Кожей ли, нутром ли своим, шестым ли каким чувством ощутил Макеев приближение начальства. В армии это у него выработалось — подсознательно, необъяснимо чувствовать: начальство на подходе. И впрямь: слева колонну обгоняли два всадника, впереди — командир полка, на корпус сзади — адъютант. И снова это озадачивающее, в чем-то беспокоящее — столкнулся взглядом с полковником. Да, да, Макеев не мог ошибиться: полковник и на этот раз посмотрел заинтересованно и благожелательно. За что и спасибо. Они проехали, взбив пыль, обдав конским потом; лошади кусали удила, роняли пену, подрагивали крупом; полковник сидел как влитой, адъютант егозил по седлу раскормленным, немужским задом, заваливался влево, вправо, и было боязно за него: не свалился б мешком наземь, джигит.

Кто-то, по голосу не Ткачук ли, произнес хрипло, придушенно:

— Катаются. И-эх, красивая житуха!

— Отставить разговорчики! — скомандовал Макеев и подумал: «Вот это правильная, выверенная формула, а то — «отставить болтовню».

* * *

Звягин покачивался в седле и хмурился. Рана, та, последняя, которую залечивал в медсанбате — в госпиталь не пожелал ехать, — эта рана внезапно дала о себе знать. Может, потому, что выбрала себе местечко неудобное — на внутренней стороне ноги. Обжимаешь лошадиные бока — скучно становится. В бытность комдивом, когда езживал на «эмке» или на «виллисе», нога не болела, ибо не тревожил ее. Адъютант открыл дверцу, ты сел, шофер газанул — и порядок. С чего болеть ране? А вообще-то ранение глупое. Лазил по переднему краю, на стыке батальона, где траншея недорыта; надо было податься немного в тыл, пройти ложбиной, так нет, попер по недорытому окопу и схлопотал пулю в ногу. Хорошо, не в ягодицу. Вот позор был бы, ужо солдатушки посудачили бы, позабавились.

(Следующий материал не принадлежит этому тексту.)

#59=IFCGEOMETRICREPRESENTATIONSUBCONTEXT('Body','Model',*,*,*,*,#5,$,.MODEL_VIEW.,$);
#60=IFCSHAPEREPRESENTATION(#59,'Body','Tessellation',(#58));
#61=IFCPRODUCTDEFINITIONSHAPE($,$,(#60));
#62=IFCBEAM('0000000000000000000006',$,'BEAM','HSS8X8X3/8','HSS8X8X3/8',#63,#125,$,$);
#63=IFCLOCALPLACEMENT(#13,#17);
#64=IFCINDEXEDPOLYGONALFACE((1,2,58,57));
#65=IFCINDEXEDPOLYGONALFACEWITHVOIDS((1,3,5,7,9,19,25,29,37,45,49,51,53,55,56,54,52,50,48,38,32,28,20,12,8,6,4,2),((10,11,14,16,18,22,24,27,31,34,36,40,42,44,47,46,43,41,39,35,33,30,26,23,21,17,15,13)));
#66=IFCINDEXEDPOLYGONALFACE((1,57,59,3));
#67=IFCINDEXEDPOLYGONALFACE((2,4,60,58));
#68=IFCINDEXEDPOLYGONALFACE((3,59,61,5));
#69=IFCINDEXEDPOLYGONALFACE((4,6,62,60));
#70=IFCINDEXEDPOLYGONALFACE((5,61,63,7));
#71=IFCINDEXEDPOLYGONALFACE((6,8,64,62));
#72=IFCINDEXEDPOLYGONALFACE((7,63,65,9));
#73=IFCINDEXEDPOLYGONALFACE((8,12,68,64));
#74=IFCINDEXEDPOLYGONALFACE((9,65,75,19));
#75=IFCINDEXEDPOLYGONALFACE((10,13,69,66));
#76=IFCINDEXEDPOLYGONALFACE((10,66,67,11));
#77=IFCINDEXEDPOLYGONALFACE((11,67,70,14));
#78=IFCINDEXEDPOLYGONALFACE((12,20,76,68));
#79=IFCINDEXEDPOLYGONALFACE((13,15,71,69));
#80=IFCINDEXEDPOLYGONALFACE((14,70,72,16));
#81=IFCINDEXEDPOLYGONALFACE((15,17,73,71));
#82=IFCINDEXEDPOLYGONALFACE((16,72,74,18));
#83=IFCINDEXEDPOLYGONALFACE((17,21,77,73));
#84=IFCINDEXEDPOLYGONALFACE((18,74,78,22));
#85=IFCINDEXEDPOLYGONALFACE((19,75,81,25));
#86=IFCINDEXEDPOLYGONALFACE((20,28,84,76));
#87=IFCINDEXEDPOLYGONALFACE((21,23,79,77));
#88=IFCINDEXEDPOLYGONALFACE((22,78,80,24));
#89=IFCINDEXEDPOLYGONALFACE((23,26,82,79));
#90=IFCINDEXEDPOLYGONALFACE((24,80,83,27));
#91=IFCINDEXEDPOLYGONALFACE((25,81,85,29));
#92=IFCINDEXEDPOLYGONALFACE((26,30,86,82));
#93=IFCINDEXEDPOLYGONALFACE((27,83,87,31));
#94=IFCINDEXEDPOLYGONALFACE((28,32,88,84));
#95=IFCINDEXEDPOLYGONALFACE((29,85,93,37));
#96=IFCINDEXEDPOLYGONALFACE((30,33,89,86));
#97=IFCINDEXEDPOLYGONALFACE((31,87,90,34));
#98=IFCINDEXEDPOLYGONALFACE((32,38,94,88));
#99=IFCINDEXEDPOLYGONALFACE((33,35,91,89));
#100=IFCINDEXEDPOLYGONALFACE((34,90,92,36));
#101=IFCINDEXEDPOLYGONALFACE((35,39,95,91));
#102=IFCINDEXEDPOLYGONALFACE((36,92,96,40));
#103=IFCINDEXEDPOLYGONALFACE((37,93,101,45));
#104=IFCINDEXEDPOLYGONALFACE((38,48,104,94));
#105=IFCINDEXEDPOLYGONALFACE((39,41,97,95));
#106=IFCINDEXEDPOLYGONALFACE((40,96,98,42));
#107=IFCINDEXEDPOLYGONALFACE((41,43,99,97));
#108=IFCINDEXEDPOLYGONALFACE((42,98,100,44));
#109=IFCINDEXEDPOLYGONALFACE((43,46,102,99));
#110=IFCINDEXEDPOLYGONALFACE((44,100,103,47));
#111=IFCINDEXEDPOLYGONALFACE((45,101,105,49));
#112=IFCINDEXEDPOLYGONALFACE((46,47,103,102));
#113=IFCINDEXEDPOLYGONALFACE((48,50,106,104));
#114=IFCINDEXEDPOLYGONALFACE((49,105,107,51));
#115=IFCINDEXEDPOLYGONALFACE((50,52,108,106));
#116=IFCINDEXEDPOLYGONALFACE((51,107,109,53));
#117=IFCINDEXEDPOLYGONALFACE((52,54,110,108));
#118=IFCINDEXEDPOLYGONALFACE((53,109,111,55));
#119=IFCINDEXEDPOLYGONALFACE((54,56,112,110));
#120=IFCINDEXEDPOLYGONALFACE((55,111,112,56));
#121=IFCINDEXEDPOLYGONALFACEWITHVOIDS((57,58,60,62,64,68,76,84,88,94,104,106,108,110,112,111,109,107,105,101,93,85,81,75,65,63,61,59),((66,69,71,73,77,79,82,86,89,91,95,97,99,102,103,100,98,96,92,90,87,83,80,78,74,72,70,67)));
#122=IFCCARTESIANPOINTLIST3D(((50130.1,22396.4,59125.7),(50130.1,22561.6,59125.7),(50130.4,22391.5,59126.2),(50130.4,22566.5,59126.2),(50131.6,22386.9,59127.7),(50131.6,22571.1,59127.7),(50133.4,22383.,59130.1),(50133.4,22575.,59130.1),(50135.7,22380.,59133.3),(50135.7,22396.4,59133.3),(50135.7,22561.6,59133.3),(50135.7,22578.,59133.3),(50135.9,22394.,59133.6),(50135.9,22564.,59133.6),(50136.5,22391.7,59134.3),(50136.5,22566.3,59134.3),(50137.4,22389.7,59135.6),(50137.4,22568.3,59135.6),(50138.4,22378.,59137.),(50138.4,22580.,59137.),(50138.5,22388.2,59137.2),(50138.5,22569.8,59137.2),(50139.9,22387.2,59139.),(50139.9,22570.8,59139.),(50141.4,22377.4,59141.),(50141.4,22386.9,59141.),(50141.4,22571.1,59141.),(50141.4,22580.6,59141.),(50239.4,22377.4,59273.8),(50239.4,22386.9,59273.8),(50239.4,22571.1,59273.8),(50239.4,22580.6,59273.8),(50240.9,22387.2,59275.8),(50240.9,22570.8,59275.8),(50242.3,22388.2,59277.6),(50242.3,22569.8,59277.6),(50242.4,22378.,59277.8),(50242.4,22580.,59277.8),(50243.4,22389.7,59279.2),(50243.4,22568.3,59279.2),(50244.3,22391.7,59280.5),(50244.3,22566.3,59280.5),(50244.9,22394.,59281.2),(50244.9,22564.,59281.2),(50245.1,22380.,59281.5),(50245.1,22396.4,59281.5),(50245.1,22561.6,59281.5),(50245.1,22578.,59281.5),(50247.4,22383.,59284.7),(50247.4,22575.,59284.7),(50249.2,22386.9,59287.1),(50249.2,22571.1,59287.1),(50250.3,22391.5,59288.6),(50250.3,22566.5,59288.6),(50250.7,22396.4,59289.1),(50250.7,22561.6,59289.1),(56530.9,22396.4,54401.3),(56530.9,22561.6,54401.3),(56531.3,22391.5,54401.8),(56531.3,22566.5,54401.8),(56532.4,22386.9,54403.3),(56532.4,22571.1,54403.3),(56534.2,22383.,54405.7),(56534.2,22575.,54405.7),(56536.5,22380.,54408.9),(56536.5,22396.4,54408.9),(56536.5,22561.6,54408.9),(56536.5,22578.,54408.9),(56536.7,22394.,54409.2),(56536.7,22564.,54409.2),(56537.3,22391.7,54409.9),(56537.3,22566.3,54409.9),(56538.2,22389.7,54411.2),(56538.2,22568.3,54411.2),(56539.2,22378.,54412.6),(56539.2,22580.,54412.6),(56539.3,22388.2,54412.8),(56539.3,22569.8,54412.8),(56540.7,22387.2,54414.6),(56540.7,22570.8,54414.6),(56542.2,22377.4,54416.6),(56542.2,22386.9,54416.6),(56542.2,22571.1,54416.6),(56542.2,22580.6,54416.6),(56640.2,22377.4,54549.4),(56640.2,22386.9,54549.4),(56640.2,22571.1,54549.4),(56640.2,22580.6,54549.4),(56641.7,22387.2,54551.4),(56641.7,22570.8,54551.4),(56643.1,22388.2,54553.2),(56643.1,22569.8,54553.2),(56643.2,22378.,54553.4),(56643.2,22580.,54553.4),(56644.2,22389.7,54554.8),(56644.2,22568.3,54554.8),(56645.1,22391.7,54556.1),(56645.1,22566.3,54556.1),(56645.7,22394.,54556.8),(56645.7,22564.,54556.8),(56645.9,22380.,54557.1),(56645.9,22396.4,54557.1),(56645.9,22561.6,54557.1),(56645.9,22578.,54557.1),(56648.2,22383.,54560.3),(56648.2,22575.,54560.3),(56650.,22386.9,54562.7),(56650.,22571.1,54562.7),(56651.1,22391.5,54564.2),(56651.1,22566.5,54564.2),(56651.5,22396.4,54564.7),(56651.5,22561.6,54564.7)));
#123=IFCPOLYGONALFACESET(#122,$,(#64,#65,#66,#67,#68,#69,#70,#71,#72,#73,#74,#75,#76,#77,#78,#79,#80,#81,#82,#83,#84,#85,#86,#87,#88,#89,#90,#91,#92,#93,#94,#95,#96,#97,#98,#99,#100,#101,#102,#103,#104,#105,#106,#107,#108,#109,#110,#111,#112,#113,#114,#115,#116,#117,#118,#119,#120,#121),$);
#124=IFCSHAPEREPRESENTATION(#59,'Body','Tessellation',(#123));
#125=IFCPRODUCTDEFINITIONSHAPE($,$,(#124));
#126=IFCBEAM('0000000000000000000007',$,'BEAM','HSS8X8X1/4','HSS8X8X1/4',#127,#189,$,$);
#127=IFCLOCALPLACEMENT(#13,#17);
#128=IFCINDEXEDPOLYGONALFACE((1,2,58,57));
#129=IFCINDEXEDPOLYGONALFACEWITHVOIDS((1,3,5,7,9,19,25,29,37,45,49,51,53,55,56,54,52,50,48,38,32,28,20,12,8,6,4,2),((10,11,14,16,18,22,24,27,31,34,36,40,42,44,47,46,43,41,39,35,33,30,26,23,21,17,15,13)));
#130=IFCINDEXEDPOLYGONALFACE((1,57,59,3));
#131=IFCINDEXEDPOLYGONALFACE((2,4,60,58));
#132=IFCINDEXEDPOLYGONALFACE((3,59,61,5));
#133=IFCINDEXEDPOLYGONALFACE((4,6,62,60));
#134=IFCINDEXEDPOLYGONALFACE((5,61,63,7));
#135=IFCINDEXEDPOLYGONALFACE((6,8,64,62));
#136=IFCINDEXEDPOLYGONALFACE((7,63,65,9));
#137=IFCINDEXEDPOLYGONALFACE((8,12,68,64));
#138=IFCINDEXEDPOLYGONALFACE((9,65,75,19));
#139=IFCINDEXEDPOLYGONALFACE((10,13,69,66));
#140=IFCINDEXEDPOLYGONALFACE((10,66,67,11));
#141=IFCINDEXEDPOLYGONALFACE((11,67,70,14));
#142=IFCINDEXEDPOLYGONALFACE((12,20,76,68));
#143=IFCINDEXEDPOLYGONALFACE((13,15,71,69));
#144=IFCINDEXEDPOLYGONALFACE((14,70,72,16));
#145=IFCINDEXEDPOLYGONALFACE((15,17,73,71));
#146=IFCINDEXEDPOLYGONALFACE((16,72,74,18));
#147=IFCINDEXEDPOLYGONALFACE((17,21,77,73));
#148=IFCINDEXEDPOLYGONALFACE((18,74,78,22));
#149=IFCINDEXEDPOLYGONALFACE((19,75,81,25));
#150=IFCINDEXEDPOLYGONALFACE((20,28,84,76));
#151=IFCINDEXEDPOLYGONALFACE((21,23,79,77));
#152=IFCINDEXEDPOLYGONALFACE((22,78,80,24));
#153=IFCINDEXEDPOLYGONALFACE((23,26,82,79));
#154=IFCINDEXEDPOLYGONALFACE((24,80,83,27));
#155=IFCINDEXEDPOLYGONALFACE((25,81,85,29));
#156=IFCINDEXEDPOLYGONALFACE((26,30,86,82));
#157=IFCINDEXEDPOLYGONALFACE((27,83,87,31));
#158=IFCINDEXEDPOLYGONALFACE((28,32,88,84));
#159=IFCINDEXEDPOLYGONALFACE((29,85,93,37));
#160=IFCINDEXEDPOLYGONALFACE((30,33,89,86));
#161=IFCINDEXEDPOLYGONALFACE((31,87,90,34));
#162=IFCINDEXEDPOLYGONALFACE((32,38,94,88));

Командир полка, лазивший с ним в ту ночь по обороне, уговаривал: «Товарищ полковник, прошу вас, пройдемте по ложбинке». Он отмахнулся: «Ерунда, пошли здесь». Ну и пошли… Командир полка перепугался, когда он упал, и завопил: «Комдива убило!» Звягин с трудом поднялся, кинул подполковнику: «Перестаньте! Я жив!» «Слава богу!» — сказал подполковник. Ему, Звягину, был крепкий продир и от комкора и от командарма: не суйся куда не нужно, береги себя, не совершай глупостей, взрослый же человек. Правильно: по недоумию ранило. Но советы были запоздалые. Как запоздало и откровение: воюет не так, как требуется. Пораньше б дали это понять полковнику Звягину. Он бы пораньше и перестроился. Если это уж так необходимо.

Конь понуро опускал морду, всхрапывал, его шерсть лоснилась от пота, и пот, представлялось Звягину, проникал сквозь хром сапог, разъедал рану, и она, зарубцевавшаяся, саднила. Все это выдумки. Но если б ехал в фаэтоне, рана бы не болела. По удобствам фаэтон не уступает «эмке». Однако как сие выглядит? Вздорнейше: допотопный, дореволюционный рыдван, облупленный, проржавелый, с вихляющимися колесами, и ты будешь красоваться в нем, как какой-нибудь мелкопоместный дворянин либо купец третьей гильдии. Этакая рухлядь сохранилась до наших дней. Где ее откопали полковые разведчики? Откопали. Прежний комполка ездил, не брезговал. Полковник Звягин наотрез отказался. Предпочел верхом. И теперь скучает из-за больной ноги.

Хмурился он и оттого, что сбились с маршрута, пошли не по той дороге. Доверился начальнику штаба, а тот, на тебе, завел. Толковый у него начштаба был в дивизии, на него можно было положиться — не подведет. А этот… Казалось бы, чего проще: иди и иди, никаких боев, как прогулка. Так нет, напортачили. А здорово было бы не воевать, лишь идти. Это когда воюешь, можешь наломать дров, когда же совершаешь марш, можешь попетлять. Ну и что, в конце концов? От этого не умирают. Да, вот так: не воевать, а идти и идти.

Звягин отпустил поводья, и лошадь шла без понуканий. На заре туманной юности он служил в кавалерии, ездить верхом умел и любил и старался следить за осанкой. Но в эти минуты забыл об осанке — ссутулился, опустил плечи. Странная усталость сковывала тело, словно он много километров оттопал пешком вместе с солдатами; где-то в полковой колонне, во главе которой едет Звягин, и тот парень, пехотный лейтенант, напоминающий его сына-танкиста.